Are you a knife? Because damn, I want you inside of me ;)
Short Jokes
So, if being a paedophile is a career, then burying the bodies must be gardening.
Which flies cannot be seen?
Time flies.
What do you call a eatable door?
- Coriander 😂
If someone calls you dirty minded just say:
"You are dirty minded as well if you understand what I'm saying."
The best joke in the world is me.
Don't say that you're not a joke. Jokes have meanings.
Your fay.
Well, you're the thing that sunk the Titanic.
Why doesn't China have a cricket team?
They always eat the bat.
Q: How to hit an orphan?
A: Hit them with a family tree.
I don’t like to tell school shooter jokes because they are usually aimed at a younger audience.
Helicopters fly because they are so ugly that the ground pushes them away.
What did the butt say to the other butt? "I got big fat apples for butt checks!"
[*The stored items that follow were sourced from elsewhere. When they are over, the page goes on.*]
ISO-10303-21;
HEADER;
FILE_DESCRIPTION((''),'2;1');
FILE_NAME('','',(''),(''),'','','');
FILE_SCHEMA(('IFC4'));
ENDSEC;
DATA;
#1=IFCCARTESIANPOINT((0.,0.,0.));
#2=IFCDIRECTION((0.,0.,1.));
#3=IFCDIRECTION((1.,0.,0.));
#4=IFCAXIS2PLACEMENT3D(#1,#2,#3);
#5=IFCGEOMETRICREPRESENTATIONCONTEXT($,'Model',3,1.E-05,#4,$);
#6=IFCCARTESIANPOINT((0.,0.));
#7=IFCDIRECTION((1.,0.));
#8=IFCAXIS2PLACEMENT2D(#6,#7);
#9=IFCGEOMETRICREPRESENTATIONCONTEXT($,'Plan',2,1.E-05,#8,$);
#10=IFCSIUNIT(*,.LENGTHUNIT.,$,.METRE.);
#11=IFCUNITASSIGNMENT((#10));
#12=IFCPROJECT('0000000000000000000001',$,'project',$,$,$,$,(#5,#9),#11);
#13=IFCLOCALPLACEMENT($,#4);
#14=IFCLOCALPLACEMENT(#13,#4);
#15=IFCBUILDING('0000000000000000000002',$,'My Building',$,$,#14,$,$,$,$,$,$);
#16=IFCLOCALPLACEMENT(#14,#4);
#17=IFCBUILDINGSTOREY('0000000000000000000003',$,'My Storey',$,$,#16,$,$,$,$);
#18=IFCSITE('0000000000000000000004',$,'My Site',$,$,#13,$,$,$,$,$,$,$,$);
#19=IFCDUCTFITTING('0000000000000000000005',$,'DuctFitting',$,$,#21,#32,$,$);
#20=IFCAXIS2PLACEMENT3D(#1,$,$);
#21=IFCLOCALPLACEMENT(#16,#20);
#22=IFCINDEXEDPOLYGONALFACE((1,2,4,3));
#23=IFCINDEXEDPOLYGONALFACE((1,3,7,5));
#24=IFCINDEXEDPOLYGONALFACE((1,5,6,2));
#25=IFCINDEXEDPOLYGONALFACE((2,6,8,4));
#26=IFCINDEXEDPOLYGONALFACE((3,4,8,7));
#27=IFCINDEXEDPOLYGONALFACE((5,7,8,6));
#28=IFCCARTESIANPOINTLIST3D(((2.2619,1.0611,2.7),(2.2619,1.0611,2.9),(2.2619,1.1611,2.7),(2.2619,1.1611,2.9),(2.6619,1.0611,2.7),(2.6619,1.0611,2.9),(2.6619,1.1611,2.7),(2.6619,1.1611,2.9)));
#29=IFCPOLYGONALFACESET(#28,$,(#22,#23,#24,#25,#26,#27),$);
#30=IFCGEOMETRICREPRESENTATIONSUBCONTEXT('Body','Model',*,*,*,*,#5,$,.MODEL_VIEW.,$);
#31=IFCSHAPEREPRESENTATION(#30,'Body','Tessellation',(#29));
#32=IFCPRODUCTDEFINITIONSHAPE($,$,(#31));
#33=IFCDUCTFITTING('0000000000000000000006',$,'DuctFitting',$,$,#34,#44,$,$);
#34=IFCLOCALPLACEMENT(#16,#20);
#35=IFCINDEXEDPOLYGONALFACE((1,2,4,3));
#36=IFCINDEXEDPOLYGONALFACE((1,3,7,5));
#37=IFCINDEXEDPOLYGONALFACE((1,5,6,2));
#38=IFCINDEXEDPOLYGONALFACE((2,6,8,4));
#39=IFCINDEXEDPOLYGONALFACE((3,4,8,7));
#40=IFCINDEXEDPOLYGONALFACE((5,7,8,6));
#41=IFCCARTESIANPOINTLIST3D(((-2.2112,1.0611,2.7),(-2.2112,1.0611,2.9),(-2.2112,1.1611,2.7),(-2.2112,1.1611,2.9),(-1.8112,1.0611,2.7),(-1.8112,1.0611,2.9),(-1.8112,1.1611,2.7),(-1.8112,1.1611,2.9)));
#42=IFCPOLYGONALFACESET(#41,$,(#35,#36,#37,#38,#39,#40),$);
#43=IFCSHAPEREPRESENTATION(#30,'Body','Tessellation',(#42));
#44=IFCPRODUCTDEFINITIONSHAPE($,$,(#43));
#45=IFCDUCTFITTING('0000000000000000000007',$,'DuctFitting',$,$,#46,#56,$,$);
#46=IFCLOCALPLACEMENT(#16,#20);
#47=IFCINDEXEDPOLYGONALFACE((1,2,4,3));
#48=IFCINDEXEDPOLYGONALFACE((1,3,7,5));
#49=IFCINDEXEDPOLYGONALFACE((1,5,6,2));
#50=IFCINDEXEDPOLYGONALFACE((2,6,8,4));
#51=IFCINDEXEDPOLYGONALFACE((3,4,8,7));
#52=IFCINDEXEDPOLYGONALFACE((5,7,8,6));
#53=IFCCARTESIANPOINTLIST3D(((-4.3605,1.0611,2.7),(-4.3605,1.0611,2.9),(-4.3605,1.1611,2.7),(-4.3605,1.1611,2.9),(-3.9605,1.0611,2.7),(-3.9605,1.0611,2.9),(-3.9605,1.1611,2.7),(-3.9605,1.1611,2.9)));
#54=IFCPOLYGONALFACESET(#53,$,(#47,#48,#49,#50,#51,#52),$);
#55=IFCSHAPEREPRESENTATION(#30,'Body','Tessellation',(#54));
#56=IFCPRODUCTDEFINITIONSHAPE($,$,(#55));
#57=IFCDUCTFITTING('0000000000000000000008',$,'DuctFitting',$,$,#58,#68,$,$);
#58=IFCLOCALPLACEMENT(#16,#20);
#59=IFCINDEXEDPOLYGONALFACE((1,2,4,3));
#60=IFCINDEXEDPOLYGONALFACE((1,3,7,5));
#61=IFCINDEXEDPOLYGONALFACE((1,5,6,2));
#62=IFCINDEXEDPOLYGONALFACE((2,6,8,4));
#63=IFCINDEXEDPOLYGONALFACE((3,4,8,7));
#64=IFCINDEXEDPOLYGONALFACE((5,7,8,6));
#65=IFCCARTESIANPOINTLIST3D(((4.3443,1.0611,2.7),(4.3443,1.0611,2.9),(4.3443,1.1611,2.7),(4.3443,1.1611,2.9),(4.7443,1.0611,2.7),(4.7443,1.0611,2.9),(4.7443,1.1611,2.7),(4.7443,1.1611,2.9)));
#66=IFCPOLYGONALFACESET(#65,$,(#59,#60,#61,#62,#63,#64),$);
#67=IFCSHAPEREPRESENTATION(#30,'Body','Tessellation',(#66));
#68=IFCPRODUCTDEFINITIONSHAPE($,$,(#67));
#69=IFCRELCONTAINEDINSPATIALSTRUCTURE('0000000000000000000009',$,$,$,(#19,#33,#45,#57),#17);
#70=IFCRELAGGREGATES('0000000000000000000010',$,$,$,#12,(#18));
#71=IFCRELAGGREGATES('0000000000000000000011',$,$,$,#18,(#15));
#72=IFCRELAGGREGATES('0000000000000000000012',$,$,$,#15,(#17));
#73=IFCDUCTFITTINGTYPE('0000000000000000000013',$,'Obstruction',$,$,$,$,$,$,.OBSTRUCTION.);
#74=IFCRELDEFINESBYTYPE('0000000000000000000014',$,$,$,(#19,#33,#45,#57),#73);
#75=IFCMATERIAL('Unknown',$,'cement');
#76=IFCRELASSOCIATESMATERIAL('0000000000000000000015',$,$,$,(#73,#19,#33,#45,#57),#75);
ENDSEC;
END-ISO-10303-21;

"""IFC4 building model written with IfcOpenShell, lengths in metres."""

from ifc_helpers import new_model, si_unit, frame, origin_with_axes, origin_2d_with_axis, place, context, subcontext, project, spatial, rectangle, extrude, material, material_profile, profile_set, profile_usage, type_object, element, save


model = new_model("IFC4")

# Units and contexts
model_context = context("Model", 3, precision=1e-05, world=origin_with_axes())
plan_context = context("Plan", 2, precision=1e-05, world=origin_2d_with_axis())
body_context = subcontext(model_context, "Body", "Model", "MODEL_VIEW")
ifc_project = project(units=[si_unit("LENGTHUNIT", "METRE")], contexts=[model_context, plan_context])

# Site, building, storey
site_placement = place(None, origin_with_axes())
site = spatial("IfcSite", under=ifc_project, at=site_placement, Name="My Site")
building_placement = place(site_placement, origin_with_axes())
building = spatial("IfcBuilding", under=site, at=building_placement, Name="My Building")
storey_placement = place(building_placement, origin_with_axes())
storey = spatial("IfcBuildingStorey", under=building, at=storey_placement, Name="My Storey")

# Shared definitions
ifc_material = material(Name="Unknown", Category="cement")

# Duct fittings
ifc_material_profile_1 = material_profile(ifc_material, rectangle(XDim=0.4, YDim=0.2))
ifc_profile_set_1 = profile_set([ifc_material_profile_1])
ifc_profile_usage_1 = profile_usage(ifc_profile_set_1, cardinal=5)
duct_fitting_type_1 = type_object("IfcDuctFittingType", Name="Obstruction", PredefinedType="OBSTRUCTION", material=ifc_profile_set_1)
duct_fitting_1_placement = place(storey_placement, frame((2.4619, 1.0611, 2.8), z_axis=(0.0, 1.0, 0.0), x_axis=(-1.0, 0.0, 0.0)))
element("IfcDuctFitting", 1, at=duct_fitting_1_placement, inside=storey, type_object=duct_fitting_type_1, material=ifc_profile_usage_1, Name="DuctFitting", context=body_context, shape_type="SweptSolid", body=[
    extrude(rectangle(XDim=0.4, YDim=0.2), origin_with_axes(), (0.0, 0.0, 1.0), 0.1),
])
ifc_profile_usage_2 = profile_usage(ifc_profile_set_1, cardinal=5)
duct_fitting_2_placement = place(storey_placement, frame((-2.0112, 1.0611, 2.8), z_axis=(0.0, 1.0, 0.0), x_axis=(-1.0, 0.0, 0.0)))
element("IfcDuctFitting", 2, at=duct_fitting_2_placement, inside=storey, type_object=duct_fitting_type_1, material=ifc_profile_usage_2, Name="DuctFitting", context=body_context, shape_type="SweptSolid", body=[
    extrude(rectangle(XDim=0.4, YDim=0.2), origin_with_axes(), (0.0, 0.0, 1.0), 0.1),
])
ifc_profile_usage_3 = profile_usage(ifc_profile_set_1, cardinal=5)
duct_fitting_3_placement = place(storey_placement, frame((-4.1605, 1.0611, 2.8), z_axis=(0.0, 1.0, 0.0), x_axis=(-1.0, 0.0, 0.0)))
element("IfcDuctFitting", 3, at=duct_fitting_3_placement, inside=storey, type_object=duct_fitting_type_1, material=ifc_profile_usage_3, Name="DuctFitting", context=body_context, shape_type="SweptSolid", body=[
    extrude(rectangle(XDim=0.4, YDim=0.2), origin_with_axes(), (0.0, 0.0, 1.0), 0.1),
])
ifc_profile_usage_4 = profile_usage(ifc_profile_set_1, cardinal=5)
duct_fitting_4_placement = place(storey_placement, frame((4.5443, 1.0611, 2.8), z_axis=(0.0, 1.0, 0.0), x_axis=(-1.0, 0.0, 0.0)))
element("IfcDuctFitting", 4, at=duct_fitting_4_placement, inside=storey, type_object=duct_fitting_type_1, material=ifc_profile_usage_4, Name="DuctFitting", context=body_context, shape_type="SweptSolid", body=[
    extrude(rectangle(XDim=0.4, YDim=0.2), origin_with_axes(), (0.0, 0.0, 1.0), 0.1),
])

save(model, "model.ifc")
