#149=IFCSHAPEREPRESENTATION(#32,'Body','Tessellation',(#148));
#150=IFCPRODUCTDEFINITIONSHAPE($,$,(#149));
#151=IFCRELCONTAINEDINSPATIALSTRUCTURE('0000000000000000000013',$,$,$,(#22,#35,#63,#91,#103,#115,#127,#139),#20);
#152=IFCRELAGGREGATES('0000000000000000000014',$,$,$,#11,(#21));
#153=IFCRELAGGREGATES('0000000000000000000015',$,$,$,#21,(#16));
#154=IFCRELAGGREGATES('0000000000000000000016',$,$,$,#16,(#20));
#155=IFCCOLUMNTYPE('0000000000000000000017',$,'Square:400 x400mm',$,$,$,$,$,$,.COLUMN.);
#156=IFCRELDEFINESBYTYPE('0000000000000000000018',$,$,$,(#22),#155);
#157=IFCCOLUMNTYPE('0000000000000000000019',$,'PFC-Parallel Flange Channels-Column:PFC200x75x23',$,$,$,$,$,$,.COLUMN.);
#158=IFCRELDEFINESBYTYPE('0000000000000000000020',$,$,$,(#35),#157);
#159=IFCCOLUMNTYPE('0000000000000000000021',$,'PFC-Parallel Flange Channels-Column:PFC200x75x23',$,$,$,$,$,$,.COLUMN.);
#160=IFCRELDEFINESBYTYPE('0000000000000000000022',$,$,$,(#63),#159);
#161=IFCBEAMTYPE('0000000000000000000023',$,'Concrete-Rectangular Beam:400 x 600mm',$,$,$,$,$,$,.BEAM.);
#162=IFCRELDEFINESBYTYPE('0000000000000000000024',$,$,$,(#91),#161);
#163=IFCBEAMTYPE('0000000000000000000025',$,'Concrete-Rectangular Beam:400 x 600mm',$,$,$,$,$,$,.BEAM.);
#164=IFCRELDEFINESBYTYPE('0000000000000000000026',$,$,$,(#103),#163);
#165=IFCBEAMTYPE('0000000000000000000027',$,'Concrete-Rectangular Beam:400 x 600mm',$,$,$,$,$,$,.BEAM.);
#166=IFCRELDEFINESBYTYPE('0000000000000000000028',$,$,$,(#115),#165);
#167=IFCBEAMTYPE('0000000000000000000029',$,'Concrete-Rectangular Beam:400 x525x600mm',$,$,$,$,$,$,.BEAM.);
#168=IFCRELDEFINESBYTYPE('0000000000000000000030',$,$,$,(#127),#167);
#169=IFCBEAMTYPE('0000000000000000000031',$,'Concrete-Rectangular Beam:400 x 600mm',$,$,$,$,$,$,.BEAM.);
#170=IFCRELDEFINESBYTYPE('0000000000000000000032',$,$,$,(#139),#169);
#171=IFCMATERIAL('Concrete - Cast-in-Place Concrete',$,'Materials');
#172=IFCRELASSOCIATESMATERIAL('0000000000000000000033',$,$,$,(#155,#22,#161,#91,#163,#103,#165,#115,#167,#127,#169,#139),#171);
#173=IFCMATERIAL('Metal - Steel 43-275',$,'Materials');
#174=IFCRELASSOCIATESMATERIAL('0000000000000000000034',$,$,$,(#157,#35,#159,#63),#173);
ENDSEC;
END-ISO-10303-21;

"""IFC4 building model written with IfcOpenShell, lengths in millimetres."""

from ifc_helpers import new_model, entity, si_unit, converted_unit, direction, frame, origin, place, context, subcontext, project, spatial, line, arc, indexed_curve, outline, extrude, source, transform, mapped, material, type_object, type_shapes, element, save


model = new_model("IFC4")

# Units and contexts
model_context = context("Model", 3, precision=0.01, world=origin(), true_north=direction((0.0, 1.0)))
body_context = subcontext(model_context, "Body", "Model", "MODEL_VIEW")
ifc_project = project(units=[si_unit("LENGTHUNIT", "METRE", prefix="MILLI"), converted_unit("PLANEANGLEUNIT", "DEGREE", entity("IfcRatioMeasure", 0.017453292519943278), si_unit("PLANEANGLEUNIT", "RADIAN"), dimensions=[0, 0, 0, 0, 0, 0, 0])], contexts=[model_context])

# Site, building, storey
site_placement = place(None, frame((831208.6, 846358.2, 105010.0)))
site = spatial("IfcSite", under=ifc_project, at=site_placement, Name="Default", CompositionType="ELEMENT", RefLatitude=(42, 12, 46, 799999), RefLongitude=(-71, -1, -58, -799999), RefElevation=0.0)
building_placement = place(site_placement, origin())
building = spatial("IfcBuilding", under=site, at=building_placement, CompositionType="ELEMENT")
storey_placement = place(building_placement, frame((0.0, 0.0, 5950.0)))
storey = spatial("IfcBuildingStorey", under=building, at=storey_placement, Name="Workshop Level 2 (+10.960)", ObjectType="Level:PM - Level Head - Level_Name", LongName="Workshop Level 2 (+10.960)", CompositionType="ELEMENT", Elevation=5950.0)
The only time rape jokes are funny is never.
I took a bite of my lunch. “Is that a sand witch?!”
Impossible? I’m very possible, really!
I have had an obsession with soap. Don’t worry, I am all clean now!
My sister said, "LET'S GO TO PIZZA!" So, I went to the pizza shop with her and she replied, "We really only needed the car?"
My sister beat me in a race. She gave me a raspberry. I was bitter.
Why do people always talk about nine eleven???
My dad died that day.
He was a good pilot.
Did you hear about the goldfish that went bankrupt?
Now he's a bronze fish.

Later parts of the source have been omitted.